━━━━━ LISTED RECORDS ━━━━━
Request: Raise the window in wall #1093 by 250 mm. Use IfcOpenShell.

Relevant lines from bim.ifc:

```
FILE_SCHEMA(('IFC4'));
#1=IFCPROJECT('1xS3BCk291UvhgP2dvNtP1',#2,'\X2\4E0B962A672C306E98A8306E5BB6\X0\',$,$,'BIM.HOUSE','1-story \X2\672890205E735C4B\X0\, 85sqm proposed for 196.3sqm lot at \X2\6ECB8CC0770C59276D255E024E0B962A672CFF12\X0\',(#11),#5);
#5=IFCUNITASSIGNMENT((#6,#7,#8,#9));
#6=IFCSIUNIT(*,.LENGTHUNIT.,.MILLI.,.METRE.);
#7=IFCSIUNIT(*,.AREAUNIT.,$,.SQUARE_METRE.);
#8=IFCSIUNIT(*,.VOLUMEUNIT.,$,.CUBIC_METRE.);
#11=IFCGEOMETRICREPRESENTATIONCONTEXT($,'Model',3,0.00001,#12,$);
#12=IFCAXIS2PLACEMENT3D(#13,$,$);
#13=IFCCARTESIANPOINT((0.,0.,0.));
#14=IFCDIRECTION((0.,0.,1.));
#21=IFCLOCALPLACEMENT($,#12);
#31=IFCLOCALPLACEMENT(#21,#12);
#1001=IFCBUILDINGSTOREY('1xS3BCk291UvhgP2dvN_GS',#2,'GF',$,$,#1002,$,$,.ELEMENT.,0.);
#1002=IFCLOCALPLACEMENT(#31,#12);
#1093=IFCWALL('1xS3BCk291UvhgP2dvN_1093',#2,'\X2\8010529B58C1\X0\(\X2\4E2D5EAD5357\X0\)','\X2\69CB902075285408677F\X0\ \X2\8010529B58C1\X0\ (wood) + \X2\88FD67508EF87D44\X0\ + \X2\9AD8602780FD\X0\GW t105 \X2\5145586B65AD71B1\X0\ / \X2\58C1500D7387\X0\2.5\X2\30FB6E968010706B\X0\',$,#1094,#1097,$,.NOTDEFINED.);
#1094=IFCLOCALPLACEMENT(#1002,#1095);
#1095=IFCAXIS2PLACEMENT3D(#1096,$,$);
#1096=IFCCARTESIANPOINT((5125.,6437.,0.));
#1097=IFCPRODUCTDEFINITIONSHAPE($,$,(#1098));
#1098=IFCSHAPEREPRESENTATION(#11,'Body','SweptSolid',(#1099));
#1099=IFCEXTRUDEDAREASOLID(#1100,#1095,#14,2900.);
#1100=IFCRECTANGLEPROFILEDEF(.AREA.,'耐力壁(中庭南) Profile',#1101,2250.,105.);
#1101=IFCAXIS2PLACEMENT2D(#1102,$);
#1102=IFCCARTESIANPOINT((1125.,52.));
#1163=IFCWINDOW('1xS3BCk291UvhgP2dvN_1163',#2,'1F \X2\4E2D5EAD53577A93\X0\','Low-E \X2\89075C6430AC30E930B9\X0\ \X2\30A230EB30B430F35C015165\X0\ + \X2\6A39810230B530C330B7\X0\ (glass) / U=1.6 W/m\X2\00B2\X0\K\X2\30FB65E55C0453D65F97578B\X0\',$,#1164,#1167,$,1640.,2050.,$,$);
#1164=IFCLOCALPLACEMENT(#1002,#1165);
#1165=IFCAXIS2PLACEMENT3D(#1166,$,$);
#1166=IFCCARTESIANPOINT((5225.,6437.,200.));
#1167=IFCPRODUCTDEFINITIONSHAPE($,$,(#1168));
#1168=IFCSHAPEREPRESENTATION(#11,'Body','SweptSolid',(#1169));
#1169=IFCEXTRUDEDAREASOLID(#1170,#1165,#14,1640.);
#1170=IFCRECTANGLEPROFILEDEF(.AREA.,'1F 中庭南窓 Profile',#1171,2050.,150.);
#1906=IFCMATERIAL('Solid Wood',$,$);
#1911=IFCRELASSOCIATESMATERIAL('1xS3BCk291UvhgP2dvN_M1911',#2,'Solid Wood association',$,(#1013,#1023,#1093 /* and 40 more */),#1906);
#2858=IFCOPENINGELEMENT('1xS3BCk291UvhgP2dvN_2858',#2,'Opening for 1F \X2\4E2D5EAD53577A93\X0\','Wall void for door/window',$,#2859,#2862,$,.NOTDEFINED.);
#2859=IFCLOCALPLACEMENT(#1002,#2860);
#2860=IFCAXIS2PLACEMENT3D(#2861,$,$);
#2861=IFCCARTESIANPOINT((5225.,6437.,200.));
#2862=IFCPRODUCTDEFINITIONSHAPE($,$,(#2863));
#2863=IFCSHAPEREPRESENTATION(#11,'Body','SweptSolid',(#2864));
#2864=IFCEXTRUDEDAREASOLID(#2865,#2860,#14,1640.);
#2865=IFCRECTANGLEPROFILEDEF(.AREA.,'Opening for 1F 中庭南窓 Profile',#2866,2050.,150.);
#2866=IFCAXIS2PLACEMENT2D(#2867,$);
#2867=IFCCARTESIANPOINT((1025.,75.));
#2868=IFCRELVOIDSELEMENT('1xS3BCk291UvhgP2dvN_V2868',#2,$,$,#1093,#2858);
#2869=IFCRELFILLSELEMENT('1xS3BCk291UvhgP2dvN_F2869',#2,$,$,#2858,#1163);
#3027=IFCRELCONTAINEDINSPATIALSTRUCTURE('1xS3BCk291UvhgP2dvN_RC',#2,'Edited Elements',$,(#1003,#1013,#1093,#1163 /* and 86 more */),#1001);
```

```python
import numpy as np
import ifcopenshell
import ifcopenshell.api.geometry
import ifcopenshell.util.placement
import ifcopenshell.util.unit

model = ifcopenshell.open("bim.ifc")
unit_scale = ifcopenshell.util.unit.calculate_unit_scale(model)

window = model.by_guid("1xS3BCk291UvhgP2dvN_1163")
opening = window.FillsVoids[0].RelatingOpeningElement
dz = 0.25 / unit_scale

shift = np.array([0.0, 0.0, dz])
# The window is not placed relative to its opening, so move both.
for product in (opening, window):
    matrix = ifcopenshell.util.placement.get_local_placement(product.ObjectPlacement)
    matrix[:3, 3] += shift
    ifcopenshell.api.geometry.edit_object_placement(model, product=product, matrix=matrix, is_si=False)

print(f"moved by {dz * unit_scale:+.3f} m")

model.write("bim_updated.ifc")
```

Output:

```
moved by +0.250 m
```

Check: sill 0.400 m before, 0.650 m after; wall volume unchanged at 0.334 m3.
━━━━━
▸ AIM OF THE TASK: Each entry above needs to be returned exactly as written.

▸ SOLUTION:
Request: Raise the window in wall #1093 by 250 mm. Use IfcOpenShell.

Relevant lines from bim.ifc:

```
FILE_SCHEMA(('IFC4'));
#1=IFCPROJECT('1xS3BCk291UvhgP2dvNtP1',#2,'\X2\4E0B962A672C306E98A8306E5BB6\X0\',$,$,'BIM.HOUSE','1-story \X2\672890205E735C4B\X0\, 85sqm proposed for 196.3sqm lot at \X2\6ECB8CC0770C59276D255E024E0B962A672CFF12\X0\',(#11),#5);
#5=IFCUNITASSIGNMENT((#6,#7,#8,#9));
#6=IFCSIUNIT(*,.LENGTHUNIT.,.MILLI.,.METRE.);
#7=IFCSIUNIT(*,.AREAUNIT.,$,.SQUARE_METRE.);
#8=IFCSIUNIT(*,.VOLUMEUNIT.,$,.CUBIC_METRE.);
#11=IFCGEOMETRICREPRESENTATIONCONTEXT($,'Model',3,0.00001,#12,$);
#12=IFCAXIS2PLACEMENT3D(#13,$,$);
#13=IFCCARTESIANPOINT((0.,0.,0.));
#14=IFCDIRECTION((0.,0.,1.));
#21=IFCLOCALPLACEMENT($,#12);
#31=IFCLOCALPLACEMENT(#21,#12);
#1001=IFCBUILDINGSTOREY('1xS3BCk291UvhgP2dvN_GS',#2,'GF',$,$,#1002,$,$,.ELEMENT.,0.);
#1002=IFCLOCALPLACEMENT(#31,#12);
#1093=IFCWALL('1xS3BCk291UvhgP2dvN_1093',#2,'\X2\8010529B58C1\X0\(\X2\4E2D5EAD5357\X0\)','\X2\69CB902075285408677F\X0\ \X2\8010529B58C1\X0\ (wood) + \X2\88FD67508EF87D44\X0\ + \X2\9AD8602780FD\X0\GW t105 \X2\5145586B65AD71B1\X0\ / \X2\58C1500D7387\X0\2.5\X2\30FB6E968010706B\X0\',$,#1094,#1097,$,.NOTDEFINED.);
#1094=IFCLOCALPLACEMENT(#1002,#1095);
#1095=IFCAXIS2PLACEMENT3D(#1096,$,$);
#1096=IFCCARTESIANPOINT((5125.,6437.,0.));
#1097=IFCPRODUCTDEFINITIONSHAPE($,$,(#1098));
#1098=IFCSHAPEREPRESENTATION(#11,'Body','SweptSolid',(#1099));
#1099=IFCEXTRUDEDAREASOLID(#1100,#1095,#14,2900.);
#1100=IFCRECTANGLEPROFILEDEF(.AREA.,'耐力壁(中庭南) Profile',#1101,2250.,105.);
#1101=IFCAXIS2PLACEMENT2D(#1102,$);
#1102=IFCCARTESIANPOINT((1125.,52.));
#1163=IFCWINDOW('1xS3BCk291UvhgP2dvN_1163',#2,'1F \X2\4E2D5EAD53577A93\X0\','Low-E \X2\89075C6430AC30E930B9\X0\ \X2\30A230EB30B430F35C015165\X0\ + \X2\6A39810230B530C330B7\X0\ (glass) / U=1.6 W/m\X2\00B2\X0\K\X2\30FB65E55C0453D65F97578B\X0\',$,#1164,#1167,$,1640.,2050.,$,$);
#1164=IFCLOCALPLACEMENT(#1002,#1165);
#1165=IFCAXIS2PLACEMENT3D(#1166,$,$);
#1166=IFCCARTESIANPOINT((5225.,6437.,200.));
#1167=IFCPRODUCTDEFINITIONSHAPE($,$,(#1168));
#1168=IFCSHAPEREPRESENTATION(#11,'Body','SweptSolid',(#1169));
#1169=IFCEXTRUDEDAREASOLID(#1170,#1165,#14,1640.);
#1170=IFCRECTANGLEPROFILEDEF(.AREA.,'1F 中庭南窓 Profile',#1171,2050.,150.);
#1906=IFCMATERIAL('Solid Wood',$,$);
#1911=IFCRELASSOCIATESMATERIAL('1xS3BCk291UvhgP2dvN_M1911',#2,'Solid Wood association',$,(#1013,#1023,#1093 /* and 40 more */),#1906);
#2858=IFCOPENINGELEMENT('1xS3BCk291UvhgP2dvN_2858',#2,'Opening for 1F \X2\4E2D5EAD53577A93\X0\','Wall void for door/window',$,#2859,#2862,$,.NOTDEFINED.);
#2859=IFCLOCALPLACEMENT(#1002,#2860);
#2860=IFCAXIS2PLACEMENT3D(#2861,$,$);
#2861=IFCCARTESIANPOINT((5225.,6437.,200.));
#2862=IFCPRODUCTDEFINITIONSHAPE($,$,(#2863));
#2863=IFCSHAPEREPRESENTATION(#11,'Body','SweptSolid',(#2864));
#2864=IFCEXTRUDEDAREASOLID(#2865,#2860,#14,1640.);
#2865=IFCRECTANGLEPROFILEDEF(.AREA.,'Opening for 1F 中庭南窓 Profile',#2866,2050.,150.);
#2866=IFCAXIS2PLACEMENT2D(#2867,$);
#2867=IFCCARTESIANPOINT((1025.,75.));
#2868=IFCRELVOIDSELEMENT('1xS3BCk291UvhgP2dvN_V2868',#2,$,$,#1093,#2858);
#2869=IFCRELFILLSELEMENT('1xS3BCk291UvhgP2dvN_F2869',#2,$,$,#2858,#1163);
#3027=IFCRELCONTAINEDINSPATIALSTRUCTURE('1xS3BCk291UvhgP2dvN_RC',#2,'Edited Elements',$,(#1003,#1013,#1093,#1163 /* and 86 more */),#1001);
```

```python
import numpy as np
import ifcopenshell
import ifcopenshell.api.geometry
import ifcopenshell.util.placement
import ifcopenshell.util.unit

model = ifcopenshell.open("bim.ifc")
unit_scale = ifcopenshell.util.unit.calculate_unit_scale(model)

window = model.by_guid("1xS3BCk291UvhgP2dvN_1163")
opening = window.FillsVoids[0].RelatingOpeningElement
dz = 0.25 / unit_scale

shift = np.array([0.0, 0.0, dz])
# The window is not placed relative to its opening, so move both.
for product in (opening, window):
    matrix = ifcopenshell.util.placement.get_local_placement(product.ObjectPlacement)
    matrix[:3, 3] += shift
    ifcopenshell.api.geometry.edit_object_placement(model, product=product, matrix=matrix, is_si=False)

print(f"moved by {dz * unit_scale:+.3f} m")

model.write("bim_updated.ifc")
```

Output:

```
moved by +0.250 m
```

Check: sill 0.400 m before, 0.650 m after; wall volume unchanged at 0.334 m3.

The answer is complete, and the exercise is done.